━━━━━ Records for the task

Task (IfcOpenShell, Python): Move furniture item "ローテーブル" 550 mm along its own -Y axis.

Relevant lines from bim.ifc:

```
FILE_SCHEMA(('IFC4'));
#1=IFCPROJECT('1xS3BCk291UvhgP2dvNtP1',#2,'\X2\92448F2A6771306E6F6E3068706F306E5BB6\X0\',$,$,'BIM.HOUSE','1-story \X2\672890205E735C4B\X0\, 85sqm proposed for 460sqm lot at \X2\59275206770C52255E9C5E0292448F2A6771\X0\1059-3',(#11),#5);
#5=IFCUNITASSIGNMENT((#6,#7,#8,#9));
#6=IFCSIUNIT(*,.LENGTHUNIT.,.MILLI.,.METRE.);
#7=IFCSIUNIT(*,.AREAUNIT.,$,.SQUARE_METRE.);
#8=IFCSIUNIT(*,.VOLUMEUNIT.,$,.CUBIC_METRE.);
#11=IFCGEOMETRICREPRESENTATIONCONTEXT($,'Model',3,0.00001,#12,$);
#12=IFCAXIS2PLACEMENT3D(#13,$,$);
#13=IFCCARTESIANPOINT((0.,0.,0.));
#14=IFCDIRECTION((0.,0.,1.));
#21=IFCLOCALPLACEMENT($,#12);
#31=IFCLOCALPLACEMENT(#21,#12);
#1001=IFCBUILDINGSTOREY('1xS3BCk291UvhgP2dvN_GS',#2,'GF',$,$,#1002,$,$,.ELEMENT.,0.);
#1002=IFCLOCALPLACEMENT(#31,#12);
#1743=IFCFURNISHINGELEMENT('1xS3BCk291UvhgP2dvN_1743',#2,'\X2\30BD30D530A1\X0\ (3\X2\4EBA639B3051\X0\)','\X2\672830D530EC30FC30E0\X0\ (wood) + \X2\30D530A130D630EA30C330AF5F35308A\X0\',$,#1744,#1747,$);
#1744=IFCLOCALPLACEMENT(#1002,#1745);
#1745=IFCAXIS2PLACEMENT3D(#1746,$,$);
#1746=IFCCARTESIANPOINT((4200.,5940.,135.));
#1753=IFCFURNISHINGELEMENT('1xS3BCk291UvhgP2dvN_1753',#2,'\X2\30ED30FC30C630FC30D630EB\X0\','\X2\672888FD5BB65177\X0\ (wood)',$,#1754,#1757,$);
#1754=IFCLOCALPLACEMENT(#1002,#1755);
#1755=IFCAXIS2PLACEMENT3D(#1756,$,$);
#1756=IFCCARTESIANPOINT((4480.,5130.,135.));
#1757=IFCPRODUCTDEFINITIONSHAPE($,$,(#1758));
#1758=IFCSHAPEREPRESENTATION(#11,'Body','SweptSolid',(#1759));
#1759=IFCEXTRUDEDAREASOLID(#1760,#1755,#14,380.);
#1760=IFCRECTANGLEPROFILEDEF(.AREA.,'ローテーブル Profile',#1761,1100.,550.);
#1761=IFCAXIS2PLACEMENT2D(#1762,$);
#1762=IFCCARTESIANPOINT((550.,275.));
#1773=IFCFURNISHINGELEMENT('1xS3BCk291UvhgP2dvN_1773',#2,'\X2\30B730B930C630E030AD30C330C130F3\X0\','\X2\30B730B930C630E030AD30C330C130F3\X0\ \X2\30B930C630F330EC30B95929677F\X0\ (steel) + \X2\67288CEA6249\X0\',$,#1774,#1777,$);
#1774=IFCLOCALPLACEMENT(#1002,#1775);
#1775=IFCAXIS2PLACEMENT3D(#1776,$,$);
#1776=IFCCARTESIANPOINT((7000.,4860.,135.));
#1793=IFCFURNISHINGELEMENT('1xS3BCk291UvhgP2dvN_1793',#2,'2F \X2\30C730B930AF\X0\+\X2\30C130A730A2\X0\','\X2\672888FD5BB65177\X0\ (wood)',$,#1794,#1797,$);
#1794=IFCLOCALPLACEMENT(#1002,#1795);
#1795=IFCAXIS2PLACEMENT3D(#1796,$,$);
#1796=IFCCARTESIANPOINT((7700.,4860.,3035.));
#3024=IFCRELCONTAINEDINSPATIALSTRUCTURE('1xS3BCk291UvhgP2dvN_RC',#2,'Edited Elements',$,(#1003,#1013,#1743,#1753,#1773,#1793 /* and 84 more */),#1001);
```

```python
import ifcopenshell
import ifcopenshell.api.geometry
import ifcopenshell.util.placement
import ifcopenshell.util.unit

model = ifcopenshell.open("bim.ifc")
unit_scale = ifcopenshell.util.unit.calculate_unit_scale(model)

item = model.by_id(1753)
matrix = ifcopenshell.util.placement.get_local_placement(item.ObjectPlacement)
matrix[:3, 3] -= matrix[:3, 1] * 0.55 / unit_scale
ifcopenshell.api.geometry.edit_object_placement(model, product=item, matrix=matrix, is_si=False)

print(ifcopenshell.util.placement.get_local_placement(item.ObjectPlacement).round(3) + 0.0)

model.write("bim_edited.ifc")
```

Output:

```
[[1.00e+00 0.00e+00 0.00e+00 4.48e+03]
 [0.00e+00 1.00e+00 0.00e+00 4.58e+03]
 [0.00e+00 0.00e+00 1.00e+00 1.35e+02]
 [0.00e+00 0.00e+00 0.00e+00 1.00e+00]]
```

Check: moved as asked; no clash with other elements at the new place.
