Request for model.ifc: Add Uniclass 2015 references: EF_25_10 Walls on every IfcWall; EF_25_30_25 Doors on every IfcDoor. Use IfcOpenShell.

First a look at what the model holds.

```python
import ifcopenshell

model = ifcopenshell.open("model.ifc")
print(model.schema)
print("classifications:", [c.Name for c in model.by_type("IfcClassification")])
for ifc_class in ("IfcDoor", "IfcRoof", "IfcStair", "IfcWall", "IfcWindow"):
    print(ifc_class, len(model.by_type(ifc_class)))
```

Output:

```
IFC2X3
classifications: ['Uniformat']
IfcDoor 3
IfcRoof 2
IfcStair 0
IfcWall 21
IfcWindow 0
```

```python
import ifcopenshell
import ifcopenshell.api.classification

model = ifcopenshell.open("model.ifc")

# IFC2X3 requires Source and Edition and has no link from the project to the system.
system = model.create_entity("IfcClassification", Source="NBS", Edition="2015", Name="Uniclass 2015")

codes = {
    "IfcWall": ("EF_25_10", "Walls"),
    "IfcDoor": ("EF_25_30_25", "Doors"),
}
for ifc_class, (code, name) in codes.items():
    products = model.by_type(ifc_class)
    ifcopenshell.api.classification.add_reference(
        model, products=products, classification=system, identification=code, name=name
    )
    print(code, len(products))

model.write("model-out.ifc")
```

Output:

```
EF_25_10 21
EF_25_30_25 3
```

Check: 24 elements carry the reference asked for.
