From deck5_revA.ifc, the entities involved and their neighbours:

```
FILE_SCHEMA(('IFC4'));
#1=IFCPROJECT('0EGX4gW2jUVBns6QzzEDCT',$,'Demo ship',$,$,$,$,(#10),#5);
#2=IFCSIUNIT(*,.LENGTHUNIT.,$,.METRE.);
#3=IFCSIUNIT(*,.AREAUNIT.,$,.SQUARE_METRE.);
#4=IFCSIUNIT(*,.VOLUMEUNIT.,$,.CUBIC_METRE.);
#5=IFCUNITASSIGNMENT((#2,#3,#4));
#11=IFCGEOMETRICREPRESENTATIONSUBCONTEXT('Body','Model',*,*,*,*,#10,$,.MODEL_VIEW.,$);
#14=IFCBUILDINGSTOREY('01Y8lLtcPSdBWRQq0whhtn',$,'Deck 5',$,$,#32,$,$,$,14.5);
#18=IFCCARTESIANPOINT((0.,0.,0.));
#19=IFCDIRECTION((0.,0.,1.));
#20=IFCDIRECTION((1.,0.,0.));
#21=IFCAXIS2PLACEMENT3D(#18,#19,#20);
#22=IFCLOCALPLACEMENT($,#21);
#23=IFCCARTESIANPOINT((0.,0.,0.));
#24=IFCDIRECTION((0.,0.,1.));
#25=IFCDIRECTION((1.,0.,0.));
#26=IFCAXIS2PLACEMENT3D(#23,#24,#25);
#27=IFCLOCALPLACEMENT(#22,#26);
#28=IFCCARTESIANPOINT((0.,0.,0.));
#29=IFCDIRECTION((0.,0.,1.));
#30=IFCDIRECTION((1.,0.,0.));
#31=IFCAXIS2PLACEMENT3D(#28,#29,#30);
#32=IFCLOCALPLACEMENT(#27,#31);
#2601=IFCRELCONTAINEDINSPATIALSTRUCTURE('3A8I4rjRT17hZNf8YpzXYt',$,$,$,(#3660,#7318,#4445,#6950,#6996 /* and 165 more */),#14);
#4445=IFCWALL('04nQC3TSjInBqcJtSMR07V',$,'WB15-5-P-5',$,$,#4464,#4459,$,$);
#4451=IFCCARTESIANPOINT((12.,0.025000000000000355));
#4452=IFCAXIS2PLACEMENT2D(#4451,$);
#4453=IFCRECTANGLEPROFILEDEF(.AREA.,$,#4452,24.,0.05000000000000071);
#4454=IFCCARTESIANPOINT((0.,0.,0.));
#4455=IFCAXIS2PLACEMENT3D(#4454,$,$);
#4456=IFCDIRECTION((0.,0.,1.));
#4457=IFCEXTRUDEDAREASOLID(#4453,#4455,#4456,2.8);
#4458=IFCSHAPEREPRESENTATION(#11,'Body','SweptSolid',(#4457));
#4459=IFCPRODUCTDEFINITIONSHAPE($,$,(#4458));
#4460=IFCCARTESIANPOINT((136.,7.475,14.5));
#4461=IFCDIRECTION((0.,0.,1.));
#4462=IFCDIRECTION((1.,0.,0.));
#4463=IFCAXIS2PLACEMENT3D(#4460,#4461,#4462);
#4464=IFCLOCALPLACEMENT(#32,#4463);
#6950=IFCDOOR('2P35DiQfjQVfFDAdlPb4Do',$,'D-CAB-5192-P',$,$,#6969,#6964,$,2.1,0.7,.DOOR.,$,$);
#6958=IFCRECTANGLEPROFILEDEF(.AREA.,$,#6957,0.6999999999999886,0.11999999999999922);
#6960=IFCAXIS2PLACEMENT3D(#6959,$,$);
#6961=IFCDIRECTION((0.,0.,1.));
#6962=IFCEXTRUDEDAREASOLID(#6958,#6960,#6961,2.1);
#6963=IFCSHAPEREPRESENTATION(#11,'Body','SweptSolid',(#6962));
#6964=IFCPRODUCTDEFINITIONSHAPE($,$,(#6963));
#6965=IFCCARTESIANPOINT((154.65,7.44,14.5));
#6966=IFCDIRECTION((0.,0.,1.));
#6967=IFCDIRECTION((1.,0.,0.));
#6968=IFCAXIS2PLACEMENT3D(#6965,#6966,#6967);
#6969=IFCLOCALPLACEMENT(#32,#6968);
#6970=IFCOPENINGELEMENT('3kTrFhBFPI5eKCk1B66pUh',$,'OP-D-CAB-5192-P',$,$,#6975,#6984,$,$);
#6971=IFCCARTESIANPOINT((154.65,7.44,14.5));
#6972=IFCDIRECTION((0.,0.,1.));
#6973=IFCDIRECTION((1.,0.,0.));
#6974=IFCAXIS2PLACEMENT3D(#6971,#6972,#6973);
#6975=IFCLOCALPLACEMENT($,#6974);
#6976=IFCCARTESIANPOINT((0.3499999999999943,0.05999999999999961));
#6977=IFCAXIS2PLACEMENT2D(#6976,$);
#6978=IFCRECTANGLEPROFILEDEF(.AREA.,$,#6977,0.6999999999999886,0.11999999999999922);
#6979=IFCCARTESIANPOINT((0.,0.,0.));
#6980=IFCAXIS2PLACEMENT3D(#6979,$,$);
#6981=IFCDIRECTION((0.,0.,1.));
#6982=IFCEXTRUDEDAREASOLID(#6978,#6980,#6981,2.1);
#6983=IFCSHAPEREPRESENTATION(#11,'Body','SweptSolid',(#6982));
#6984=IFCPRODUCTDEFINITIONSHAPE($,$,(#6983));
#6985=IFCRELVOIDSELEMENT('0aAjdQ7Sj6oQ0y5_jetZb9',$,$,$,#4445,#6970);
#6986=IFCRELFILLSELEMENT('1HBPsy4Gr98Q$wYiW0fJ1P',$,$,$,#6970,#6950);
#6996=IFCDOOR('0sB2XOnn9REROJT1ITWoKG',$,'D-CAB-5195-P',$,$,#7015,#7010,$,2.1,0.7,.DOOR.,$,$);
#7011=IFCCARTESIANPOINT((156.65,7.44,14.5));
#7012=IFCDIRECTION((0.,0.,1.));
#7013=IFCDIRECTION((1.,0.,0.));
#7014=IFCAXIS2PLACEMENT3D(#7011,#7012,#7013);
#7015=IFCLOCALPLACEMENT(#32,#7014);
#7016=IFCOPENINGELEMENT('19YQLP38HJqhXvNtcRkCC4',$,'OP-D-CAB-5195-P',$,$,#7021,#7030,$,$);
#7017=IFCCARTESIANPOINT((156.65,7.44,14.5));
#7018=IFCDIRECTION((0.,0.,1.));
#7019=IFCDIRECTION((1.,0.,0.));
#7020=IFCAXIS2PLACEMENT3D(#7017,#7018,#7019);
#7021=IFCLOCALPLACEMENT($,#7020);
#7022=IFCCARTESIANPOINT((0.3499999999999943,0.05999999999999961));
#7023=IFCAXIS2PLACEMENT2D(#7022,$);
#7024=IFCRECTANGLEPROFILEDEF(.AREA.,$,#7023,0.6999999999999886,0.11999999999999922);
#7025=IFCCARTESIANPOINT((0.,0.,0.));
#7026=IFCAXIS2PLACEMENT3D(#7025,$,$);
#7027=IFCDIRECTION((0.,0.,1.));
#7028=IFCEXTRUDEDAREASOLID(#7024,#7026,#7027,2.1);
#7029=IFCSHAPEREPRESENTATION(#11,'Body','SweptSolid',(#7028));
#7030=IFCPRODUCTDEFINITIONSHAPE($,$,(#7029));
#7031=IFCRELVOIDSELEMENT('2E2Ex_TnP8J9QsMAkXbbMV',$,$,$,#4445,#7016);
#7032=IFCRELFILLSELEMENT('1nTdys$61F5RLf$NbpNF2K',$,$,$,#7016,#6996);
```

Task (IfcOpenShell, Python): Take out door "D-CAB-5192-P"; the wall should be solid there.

```python
import ifcopenshell
import ifcopenshell.api.feature
import ifcopenshell.api.root
import ifcopenshell.geom
import ifcopenshell.util.shape

model = ifcopenshell.open("deck5_revA.ifc")
settings = ifcopenshell.geom.settings()


def volume(element):
    """Net volume in cubic metres, openings subtracted."""
    shape = ifcopenshell.geom.create_shape(settings, element)
    return ifcopenshell.util.shape.get_volume(shape.geometry)


door = model.by_guid("2P35DiQfjQVfFDAdlPb4Do")
opening = door.FillsVoids[0].RelatingOpeningElement
wall = opening.VoidsElements[0].RelatingBuildingElement
before = volume(wall)

ifcopenshell.api.root.remove_product(model, product=door)
ifcopenshell.api.feature.remove_feature(model, feature=opening)

after = volume(wall)

print(f"wall volume {before:.3f} -> {after:.3f} m3")

model.write("deck5_revA_edited.ifc")
```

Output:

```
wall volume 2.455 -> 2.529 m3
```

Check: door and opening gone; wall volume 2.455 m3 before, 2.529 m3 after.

━━━━━━━━━━

> **Your task**
Among the entries above, determine how many lines contain "IFCSHAPEREPRESENTATION", then output only that number.

> **Your response**
5